It has been determined that FK506 can be readily modified such that
it loses all immunomodulatory activity but retains high affinity
for FKBP. FKBP is an abundant chaperone that is particularly
prevalent (.about..mu.molar) in red blood cells (rbcs) and
lymphocytes. The complex between FK506-FKBP gains affinity for
calcineurin and inactivation of calcineurin blocks lymphocyte
activation and causes immunosuppression.
[0056] This interesting mechanism of action is believed to be a
consequence of FK506's chemical structure. FK506 is bifunctional;
it has two non-overlapping protein-binding faces. One side binds
FKBP, while the other binds calcineurin. This property provides
FK506 with remarkable specificity and potency. Moreover, FK506 has
a long half-life in non-transplant patients (21 hrs) and excellent
pharmacological profile. In part, this is because FK506 is
unavailable to metabolic enzymes via its high affinity for FKBP,
which favors distribution into protected cellular compartments
(72-98% in the blood). It can be expected that suitable
bifunctional compounds with an FKBP-binding recruiter moiety will
likewise possess some favorable characteristics of inactive FK506,
namely, good pharmacokinetics and blood cell distribution, membrane
permeability, and long elimination half-life.
[0057] In general, the recruiter moiety will have a molecular
weight less than about 2000 D, less than about 1800 D, less than
about 1500 D, less than about 1100 D, or less than about 900 D or
less than 500 daltons.
[0058] It is also possible to co administer the common protein to
which the recruiter moiety binds with the bifunctional compound in
order to modify the pharmacokinetics to a greater degree than would
be possible with just the native concentration of the common
protein.
[0059] In a further embodiment of this invention, a method is
provided for synthesizing a bifunctional compound comprising an
RNAi therapeutic functionality and the ability to bind to a common
protein.
[0060] The synthesis of the bifunctional compound starts with a
choice of suitable recruiter and drug moieties. It is desirable to
identify on each of these moieties a suitable attachment point
which will not result in a loss of biological function for either
one. This is preferably done based on the existing knowledge of
what modifications result or do not result in a biological
function. On that basis, it may reliably be conjectured that
certain attachment points on the pharmacokinetic and RNAi moieties
do not affect biological function. Likewise, in FIG. 4, one sees a
primary amine function on SLF, which, after modification to a
maleimide, can serve as an attachment point to an introduced 5'
thiol moiety on siRNAs (Muratovska, A. et al. FEBS Letter, vol.
558, 2004, pp 63-68).
[0061] In a further aspect of the invention, a bifunctional
compound comprising a RNAi therapeutic moiety with antiviral
activity is formulated, for example in the form of a tablet,
capsule, parenteral formulation, to make a pharmaceutical
preparation. The pharmaceutical preparation may be employed in a
method of treating a patient having cancer against which the RNAi
therapeutic moiety is effective. For example, if the RNAi
therapeutic moiety is effective against breast cancer, the
pharmaceutical preparation may be administered to a patient
suffering from breast cancer.
[0062] For the preparation of a pharmaceutical formulation
containing bifunctional compounds as described in this application,
a number of well known techniques may be employed as described for
example in Remington: The Science and Practice of Pharmacy,
Nineteenth Ed. (Easton, Pa.: Mack Publishing Company, 1995).
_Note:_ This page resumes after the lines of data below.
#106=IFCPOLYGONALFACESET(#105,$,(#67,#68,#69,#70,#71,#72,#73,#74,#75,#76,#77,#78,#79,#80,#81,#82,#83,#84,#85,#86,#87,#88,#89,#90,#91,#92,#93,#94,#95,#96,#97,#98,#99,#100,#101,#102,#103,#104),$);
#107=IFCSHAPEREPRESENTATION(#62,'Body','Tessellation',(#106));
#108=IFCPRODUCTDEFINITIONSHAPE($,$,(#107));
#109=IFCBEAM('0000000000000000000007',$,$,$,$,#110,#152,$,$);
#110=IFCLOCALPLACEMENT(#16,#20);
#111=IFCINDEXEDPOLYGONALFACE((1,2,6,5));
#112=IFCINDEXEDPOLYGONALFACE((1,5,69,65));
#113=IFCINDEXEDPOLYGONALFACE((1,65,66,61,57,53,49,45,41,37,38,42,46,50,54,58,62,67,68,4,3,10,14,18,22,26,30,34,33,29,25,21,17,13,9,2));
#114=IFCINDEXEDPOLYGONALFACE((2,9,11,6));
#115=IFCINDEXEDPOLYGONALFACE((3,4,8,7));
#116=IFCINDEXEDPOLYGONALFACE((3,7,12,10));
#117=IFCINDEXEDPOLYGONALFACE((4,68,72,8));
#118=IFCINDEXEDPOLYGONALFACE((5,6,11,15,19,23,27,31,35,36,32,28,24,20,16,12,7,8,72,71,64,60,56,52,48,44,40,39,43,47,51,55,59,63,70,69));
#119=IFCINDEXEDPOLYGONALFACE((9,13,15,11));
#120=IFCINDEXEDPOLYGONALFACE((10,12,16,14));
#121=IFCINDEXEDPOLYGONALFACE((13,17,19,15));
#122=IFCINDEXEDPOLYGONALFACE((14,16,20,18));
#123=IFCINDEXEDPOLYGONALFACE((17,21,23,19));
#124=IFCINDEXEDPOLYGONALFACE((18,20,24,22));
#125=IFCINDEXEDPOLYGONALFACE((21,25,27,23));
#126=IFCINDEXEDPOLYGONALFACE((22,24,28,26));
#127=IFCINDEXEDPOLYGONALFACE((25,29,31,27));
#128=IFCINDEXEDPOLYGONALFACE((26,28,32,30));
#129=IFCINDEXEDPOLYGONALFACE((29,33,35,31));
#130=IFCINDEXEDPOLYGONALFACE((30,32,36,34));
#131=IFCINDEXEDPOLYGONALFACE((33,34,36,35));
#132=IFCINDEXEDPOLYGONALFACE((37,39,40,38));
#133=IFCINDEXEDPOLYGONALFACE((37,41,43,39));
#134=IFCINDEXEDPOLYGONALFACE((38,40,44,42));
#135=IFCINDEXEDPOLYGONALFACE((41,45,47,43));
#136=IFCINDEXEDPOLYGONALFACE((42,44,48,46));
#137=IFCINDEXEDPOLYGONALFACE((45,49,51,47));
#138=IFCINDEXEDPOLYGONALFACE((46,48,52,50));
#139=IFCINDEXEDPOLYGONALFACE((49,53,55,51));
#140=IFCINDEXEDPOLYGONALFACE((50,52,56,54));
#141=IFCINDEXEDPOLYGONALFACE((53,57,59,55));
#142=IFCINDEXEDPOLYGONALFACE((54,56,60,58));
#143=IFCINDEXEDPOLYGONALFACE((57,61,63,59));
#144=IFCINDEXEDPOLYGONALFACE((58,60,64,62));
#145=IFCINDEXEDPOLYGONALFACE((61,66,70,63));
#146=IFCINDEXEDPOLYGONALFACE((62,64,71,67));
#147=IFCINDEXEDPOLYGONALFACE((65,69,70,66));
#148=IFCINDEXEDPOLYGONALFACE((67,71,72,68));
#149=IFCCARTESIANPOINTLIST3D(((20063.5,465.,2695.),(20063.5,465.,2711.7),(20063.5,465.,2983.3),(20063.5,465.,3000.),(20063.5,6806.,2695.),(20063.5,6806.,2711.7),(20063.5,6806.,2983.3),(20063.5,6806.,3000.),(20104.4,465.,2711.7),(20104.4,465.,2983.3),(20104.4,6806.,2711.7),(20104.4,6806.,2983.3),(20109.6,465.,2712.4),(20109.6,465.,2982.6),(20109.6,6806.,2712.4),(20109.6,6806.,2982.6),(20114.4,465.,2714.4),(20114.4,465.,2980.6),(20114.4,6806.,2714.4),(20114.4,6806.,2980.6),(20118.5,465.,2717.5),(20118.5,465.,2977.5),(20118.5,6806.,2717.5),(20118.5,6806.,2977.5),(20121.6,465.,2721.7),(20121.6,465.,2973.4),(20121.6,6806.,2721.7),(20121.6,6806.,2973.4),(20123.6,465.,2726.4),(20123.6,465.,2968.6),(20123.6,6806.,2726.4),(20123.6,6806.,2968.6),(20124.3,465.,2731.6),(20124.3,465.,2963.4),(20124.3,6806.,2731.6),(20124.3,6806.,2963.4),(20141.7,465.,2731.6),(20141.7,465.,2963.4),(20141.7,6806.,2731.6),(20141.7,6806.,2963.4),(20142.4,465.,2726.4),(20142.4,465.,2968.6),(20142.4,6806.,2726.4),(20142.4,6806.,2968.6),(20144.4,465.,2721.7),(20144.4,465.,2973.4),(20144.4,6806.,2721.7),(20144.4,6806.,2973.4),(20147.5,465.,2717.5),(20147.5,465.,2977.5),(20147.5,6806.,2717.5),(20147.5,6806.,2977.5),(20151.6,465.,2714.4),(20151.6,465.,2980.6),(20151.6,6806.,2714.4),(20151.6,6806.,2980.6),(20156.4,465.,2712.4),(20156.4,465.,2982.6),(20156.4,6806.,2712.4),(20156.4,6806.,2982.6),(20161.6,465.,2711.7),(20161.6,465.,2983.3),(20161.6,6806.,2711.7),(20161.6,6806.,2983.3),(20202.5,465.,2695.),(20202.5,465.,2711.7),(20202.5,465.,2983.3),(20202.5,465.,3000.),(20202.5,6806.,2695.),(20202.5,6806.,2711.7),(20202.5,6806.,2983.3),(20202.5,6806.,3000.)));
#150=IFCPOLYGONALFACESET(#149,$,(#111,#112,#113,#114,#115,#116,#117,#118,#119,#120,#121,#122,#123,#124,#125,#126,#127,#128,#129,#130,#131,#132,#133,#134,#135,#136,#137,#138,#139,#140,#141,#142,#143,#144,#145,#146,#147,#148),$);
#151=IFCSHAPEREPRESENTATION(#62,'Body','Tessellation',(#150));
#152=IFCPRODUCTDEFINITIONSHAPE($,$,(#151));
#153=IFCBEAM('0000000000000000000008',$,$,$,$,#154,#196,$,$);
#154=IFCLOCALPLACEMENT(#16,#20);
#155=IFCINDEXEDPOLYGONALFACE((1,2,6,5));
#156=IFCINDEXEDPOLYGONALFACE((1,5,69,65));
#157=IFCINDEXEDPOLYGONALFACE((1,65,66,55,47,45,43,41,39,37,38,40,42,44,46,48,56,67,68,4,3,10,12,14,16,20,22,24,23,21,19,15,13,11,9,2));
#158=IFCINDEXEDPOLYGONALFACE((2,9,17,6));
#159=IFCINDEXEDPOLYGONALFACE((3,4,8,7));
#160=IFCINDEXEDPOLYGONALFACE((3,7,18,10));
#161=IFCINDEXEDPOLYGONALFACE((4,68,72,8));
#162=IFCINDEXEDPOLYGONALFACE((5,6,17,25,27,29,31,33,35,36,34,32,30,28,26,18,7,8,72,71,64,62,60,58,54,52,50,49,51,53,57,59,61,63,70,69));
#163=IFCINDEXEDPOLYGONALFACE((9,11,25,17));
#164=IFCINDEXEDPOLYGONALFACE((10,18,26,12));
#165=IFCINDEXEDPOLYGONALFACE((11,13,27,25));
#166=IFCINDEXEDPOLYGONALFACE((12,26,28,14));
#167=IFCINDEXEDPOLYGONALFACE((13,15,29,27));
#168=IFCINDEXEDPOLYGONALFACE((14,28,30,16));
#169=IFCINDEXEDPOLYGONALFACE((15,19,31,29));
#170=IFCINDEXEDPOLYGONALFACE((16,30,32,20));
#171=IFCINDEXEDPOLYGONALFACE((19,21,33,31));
[0063] In a further embodiment, the invention relates to a method
for treating a subject having a disease or at risk of developing a
disease caused by the expression of a target gene. In this
embodiment, bifunctional molecules comprising siRNA moieties can
act as novel therapeutic agents for controlling one or more of
cellular proliferative and/or differentiative disorders, disorders
associated with bone metabolism, immune disorders, hematopoietic
disorders, cardiovascular disorders, liver disorders, viral
diseases, or metabolic disorders. The method includes administering
a pharmaceutical composition of the invention to the patient (e.g.,
a human), such that expression of the target gene is silenced.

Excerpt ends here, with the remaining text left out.